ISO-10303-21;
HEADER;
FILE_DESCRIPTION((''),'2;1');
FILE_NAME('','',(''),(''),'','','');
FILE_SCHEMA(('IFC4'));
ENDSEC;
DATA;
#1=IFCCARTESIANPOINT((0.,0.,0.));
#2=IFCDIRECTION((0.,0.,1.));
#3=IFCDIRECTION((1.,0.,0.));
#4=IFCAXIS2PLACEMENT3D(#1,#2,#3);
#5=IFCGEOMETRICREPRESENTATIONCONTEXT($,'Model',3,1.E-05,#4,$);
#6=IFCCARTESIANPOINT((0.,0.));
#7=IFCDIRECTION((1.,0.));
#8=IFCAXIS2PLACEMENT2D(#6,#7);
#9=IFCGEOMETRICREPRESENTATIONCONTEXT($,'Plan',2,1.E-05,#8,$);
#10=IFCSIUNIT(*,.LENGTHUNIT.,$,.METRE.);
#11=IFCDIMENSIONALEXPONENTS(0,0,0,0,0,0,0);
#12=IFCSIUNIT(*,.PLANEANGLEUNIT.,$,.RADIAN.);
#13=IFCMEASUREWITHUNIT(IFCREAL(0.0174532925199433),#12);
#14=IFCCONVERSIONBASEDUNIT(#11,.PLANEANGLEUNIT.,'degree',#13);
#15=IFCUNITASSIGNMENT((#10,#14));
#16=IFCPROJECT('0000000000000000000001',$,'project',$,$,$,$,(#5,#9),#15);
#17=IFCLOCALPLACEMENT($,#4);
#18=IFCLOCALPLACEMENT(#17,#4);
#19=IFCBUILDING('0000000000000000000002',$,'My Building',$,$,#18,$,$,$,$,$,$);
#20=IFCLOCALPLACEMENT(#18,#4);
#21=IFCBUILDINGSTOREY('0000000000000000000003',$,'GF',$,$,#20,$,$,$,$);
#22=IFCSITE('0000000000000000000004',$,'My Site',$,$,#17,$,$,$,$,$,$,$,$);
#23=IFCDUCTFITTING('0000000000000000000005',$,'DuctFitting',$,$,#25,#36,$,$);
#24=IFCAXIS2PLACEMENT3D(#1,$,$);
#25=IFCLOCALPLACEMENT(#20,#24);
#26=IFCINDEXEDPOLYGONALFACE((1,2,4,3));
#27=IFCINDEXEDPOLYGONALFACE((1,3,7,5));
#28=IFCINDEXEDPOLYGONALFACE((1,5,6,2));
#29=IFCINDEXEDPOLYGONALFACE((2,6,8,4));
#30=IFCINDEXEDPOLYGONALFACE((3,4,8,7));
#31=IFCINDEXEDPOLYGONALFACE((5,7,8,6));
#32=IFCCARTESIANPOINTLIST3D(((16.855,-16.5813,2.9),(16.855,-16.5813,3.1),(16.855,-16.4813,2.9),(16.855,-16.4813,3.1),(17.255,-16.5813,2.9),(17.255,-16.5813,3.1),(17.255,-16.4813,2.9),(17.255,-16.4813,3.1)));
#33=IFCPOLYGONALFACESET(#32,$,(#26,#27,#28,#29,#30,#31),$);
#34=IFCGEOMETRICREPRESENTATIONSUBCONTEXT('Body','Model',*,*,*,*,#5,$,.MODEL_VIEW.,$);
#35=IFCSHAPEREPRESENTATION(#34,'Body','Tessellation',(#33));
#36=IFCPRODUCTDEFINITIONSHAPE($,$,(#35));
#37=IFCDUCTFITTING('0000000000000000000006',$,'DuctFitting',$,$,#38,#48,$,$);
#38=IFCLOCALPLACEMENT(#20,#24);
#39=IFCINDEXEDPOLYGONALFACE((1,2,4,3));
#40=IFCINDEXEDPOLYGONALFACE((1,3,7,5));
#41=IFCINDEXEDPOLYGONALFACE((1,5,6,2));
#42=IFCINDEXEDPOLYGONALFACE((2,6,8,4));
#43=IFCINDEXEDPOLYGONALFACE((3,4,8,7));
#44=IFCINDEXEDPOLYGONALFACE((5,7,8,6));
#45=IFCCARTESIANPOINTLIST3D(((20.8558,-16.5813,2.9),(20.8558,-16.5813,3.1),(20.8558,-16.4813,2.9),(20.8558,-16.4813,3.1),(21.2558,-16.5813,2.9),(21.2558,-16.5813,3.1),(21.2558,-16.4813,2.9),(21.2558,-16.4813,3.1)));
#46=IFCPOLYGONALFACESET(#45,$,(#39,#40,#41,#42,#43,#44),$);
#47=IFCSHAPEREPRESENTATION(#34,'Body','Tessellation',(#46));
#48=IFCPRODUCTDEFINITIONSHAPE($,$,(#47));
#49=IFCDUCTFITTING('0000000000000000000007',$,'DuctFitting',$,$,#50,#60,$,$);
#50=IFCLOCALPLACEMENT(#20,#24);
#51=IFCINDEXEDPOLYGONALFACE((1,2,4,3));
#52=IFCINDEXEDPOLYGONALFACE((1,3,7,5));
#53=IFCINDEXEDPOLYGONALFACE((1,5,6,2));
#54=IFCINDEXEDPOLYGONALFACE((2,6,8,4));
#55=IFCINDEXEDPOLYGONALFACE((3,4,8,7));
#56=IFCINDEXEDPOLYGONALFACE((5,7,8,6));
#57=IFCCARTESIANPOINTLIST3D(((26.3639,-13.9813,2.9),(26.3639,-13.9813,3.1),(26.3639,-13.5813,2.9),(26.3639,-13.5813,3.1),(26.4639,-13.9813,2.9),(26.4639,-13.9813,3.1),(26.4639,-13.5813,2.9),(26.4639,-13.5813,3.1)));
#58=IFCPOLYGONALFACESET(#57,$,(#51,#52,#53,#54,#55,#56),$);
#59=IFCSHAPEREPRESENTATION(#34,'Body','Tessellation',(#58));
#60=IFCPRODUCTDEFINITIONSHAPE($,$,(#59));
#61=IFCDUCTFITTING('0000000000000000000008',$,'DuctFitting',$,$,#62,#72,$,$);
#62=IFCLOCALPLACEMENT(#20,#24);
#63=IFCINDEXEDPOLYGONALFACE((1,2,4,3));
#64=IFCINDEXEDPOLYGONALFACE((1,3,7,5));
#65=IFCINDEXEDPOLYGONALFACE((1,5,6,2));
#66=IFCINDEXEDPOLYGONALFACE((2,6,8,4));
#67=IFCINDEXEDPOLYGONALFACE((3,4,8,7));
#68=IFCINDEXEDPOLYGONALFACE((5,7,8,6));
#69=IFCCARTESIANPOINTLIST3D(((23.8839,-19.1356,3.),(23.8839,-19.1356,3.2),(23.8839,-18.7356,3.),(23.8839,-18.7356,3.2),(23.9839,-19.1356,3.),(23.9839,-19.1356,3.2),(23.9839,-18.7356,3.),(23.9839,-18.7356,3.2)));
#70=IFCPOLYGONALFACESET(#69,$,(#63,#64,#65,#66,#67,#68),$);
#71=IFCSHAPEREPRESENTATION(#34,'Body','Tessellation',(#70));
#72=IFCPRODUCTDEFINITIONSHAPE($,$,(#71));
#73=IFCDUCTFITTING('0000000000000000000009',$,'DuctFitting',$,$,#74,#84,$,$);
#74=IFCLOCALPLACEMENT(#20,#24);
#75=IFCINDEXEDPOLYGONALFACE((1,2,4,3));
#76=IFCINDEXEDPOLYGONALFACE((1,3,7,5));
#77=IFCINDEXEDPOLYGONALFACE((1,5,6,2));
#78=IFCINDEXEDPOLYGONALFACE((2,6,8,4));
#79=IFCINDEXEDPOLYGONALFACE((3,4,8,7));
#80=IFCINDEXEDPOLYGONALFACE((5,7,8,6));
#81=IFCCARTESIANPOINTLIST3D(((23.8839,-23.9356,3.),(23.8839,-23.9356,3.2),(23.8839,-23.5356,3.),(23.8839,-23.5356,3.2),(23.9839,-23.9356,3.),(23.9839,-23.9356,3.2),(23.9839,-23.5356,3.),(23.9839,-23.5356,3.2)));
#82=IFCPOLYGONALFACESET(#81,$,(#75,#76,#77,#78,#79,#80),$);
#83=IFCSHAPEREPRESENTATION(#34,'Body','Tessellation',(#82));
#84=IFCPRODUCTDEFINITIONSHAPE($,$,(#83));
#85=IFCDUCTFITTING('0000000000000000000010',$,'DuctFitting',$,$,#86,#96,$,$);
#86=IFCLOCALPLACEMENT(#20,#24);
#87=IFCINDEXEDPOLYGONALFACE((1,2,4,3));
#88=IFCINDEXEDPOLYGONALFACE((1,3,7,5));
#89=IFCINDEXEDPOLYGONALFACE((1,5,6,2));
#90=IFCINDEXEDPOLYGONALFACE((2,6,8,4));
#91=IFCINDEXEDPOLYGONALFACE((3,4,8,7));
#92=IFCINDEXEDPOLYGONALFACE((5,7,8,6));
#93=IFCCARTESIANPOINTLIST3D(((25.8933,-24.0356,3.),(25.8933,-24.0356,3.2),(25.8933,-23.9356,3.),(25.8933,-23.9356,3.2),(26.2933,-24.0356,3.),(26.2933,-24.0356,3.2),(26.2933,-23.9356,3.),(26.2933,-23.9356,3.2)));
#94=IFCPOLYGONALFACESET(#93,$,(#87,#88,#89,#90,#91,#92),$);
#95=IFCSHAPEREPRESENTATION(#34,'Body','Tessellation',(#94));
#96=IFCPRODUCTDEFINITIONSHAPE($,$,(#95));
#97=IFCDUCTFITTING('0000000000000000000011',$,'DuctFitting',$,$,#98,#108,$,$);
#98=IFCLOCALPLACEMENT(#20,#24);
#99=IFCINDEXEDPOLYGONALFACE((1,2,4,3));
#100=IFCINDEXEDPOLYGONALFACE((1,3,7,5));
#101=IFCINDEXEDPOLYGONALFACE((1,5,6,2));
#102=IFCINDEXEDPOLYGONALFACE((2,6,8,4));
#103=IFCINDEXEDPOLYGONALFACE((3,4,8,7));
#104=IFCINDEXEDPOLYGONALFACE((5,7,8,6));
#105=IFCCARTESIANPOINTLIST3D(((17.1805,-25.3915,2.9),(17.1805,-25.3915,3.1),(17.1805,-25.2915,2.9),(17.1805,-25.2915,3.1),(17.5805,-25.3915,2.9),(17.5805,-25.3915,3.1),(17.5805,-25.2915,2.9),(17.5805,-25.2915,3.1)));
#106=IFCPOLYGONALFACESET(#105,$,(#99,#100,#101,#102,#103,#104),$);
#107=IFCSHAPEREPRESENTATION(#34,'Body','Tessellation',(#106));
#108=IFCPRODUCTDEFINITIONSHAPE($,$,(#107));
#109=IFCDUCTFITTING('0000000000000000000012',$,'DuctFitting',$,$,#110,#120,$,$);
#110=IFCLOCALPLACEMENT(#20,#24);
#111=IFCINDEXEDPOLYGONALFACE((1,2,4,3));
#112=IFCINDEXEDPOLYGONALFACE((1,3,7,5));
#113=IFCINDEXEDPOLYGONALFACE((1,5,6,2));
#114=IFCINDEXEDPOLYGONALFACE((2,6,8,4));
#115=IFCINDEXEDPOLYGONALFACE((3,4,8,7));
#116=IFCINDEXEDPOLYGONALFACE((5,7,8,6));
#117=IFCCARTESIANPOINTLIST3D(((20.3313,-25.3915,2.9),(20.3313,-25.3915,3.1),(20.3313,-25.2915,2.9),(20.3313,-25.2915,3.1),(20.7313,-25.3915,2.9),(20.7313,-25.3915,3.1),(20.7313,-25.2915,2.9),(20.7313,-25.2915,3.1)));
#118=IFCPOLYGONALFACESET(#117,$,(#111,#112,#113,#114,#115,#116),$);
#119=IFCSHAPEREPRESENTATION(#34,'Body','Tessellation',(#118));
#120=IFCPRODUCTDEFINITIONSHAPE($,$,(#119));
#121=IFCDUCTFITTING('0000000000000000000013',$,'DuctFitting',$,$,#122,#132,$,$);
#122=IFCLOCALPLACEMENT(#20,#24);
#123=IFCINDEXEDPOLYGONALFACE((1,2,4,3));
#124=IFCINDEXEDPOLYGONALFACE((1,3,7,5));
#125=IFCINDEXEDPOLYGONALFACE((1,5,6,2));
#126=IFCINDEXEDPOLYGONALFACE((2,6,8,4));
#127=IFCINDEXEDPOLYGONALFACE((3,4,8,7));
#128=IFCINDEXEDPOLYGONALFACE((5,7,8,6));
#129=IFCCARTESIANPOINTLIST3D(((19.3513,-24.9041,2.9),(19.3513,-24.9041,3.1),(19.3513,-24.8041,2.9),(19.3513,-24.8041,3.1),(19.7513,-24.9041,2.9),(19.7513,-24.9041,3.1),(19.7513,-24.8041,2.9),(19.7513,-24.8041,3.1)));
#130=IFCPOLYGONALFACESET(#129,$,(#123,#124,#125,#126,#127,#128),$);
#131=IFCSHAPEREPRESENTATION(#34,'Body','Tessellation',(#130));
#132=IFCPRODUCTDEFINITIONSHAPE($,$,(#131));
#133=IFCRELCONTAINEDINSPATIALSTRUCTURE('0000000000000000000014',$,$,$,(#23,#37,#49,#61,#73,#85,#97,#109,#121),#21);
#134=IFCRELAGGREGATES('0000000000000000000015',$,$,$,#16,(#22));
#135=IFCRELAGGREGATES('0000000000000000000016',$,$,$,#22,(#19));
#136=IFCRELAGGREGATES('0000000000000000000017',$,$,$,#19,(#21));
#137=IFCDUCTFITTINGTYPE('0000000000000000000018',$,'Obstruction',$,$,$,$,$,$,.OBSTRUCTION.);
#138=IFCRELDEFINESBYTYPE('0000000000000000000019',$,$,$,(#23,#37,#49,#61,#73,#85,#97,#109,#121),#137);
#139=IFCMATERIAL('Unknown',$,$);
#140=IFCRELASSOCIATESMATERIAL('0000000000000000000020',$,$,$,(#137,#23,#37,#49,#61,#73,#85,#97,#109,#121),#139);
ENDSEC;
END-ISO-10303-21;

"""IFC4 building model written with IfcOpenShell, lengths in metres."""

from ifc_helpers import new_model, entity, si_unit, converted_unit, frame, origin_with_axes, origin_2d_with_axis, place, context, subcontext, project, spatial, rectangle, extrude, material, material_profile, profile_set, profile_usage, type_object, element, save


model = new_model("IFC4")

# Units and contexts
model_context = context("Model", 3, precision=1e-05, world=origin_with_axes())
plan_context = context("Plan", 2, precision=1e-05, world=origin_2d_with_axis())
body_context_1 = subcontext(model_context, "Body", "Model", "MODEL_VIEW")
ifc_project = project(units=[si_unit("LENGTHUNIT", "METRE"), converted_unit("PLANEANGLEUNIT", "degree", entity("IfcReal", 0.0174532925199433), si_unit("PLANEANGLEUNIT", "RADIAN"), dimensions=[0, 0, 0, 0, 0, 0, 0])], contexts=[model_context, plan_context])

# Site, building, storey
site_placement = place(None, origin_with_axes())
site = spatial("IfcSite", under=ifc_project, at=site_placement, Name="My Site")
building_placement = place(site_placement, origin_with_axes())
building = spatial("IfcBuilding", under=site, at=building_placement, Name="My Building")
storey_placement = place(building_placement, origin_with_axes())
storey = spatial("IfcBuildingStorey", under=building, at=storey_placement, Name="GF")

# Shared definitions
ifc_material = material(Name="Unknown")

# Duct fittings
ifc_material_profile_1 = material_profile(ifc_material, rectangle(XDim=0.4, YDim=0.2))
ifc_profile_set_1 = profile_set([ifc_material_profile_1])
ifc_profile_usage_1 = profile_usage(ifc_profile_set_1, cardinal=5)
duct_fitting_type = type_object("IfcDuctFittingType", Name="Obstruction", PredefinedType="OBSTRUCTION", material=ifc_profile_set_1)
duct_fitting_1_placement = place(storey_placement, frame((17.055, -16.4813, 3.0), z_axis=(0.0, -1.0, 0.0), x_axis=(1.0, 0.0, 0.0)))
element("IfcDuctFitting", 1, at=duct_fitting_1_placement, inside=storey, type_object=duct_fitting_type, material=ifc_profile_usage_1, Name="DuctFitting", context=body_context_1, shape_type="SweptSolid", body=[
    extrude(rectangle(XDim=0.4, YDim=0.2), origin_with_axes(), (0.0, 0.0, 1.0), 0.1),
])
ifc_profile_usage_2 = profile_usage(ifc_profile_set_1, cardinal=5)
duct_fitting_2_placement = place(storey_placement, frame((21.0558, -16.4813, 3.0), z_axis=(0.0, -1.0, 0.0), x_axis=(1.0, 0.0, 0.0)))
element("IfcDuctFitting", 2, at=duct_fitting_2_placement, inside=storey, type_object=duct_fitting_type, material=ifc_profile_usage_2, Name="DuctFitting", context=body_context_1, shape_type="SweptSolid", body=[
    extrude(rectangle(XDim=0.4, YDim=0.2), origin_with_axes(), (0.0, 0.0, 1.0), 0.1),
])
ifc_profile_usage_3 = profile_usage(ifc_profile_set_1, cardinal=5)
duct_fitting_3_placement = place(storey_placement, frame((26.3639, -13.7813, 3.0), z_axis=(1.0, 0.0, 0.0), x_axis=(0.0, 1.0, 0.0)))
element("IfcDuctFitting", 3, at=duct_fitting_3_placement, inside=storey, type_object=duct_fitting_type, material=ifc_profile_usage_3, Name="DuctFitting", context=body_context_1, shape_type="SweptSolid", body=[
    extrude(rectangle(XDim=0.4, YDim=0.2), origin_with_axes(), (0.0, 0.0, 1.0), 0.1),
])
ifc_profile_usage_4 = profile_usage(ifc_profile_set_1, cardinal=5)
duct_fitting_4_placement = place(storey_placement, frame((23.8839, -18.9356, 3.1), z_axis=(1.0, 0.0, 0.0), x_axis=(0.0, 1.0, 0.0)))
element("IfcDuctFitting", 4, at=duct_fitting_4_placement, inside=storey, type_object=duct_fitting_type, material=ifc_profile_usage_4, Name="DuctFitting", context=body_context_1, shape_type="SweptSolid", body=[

============

Description of the task: One stretch of the lines above is wanted, from the line that contains "#116=IFCINDEXEDPOLYGONALFACE((5,7,8,6));" through the line that contains "#119=IFCSHAPEREPRESENTATION(#34,'Body','Tessellation',(#118));". Output it exactly.

Reply to the exercise:
#116=IFCINDEXEDPOLYGONALFACE((5,7,8,6));
#117=IFCCARTESIANPOINTLIST3D(((20.3313,-25.3915,2.9),(20.3313,-25.3915,3.1),(20.3313,-25.2915,2.9),(20.3313,-25.2915,3.1),(20.7313,-25.3915,2.9),(20.7313,-25.3915,3.1),(20.7313,-25.2915,2.9),(20.7313,-25.2915,3.1)));
#118=IFCPOLYGONALFACESET(#117,$,(#111,#112,#113,#114,#115,#116),$);
#119=IFCSHAPEREPRESENTATION(#34,'Body','Tessellation',(#118));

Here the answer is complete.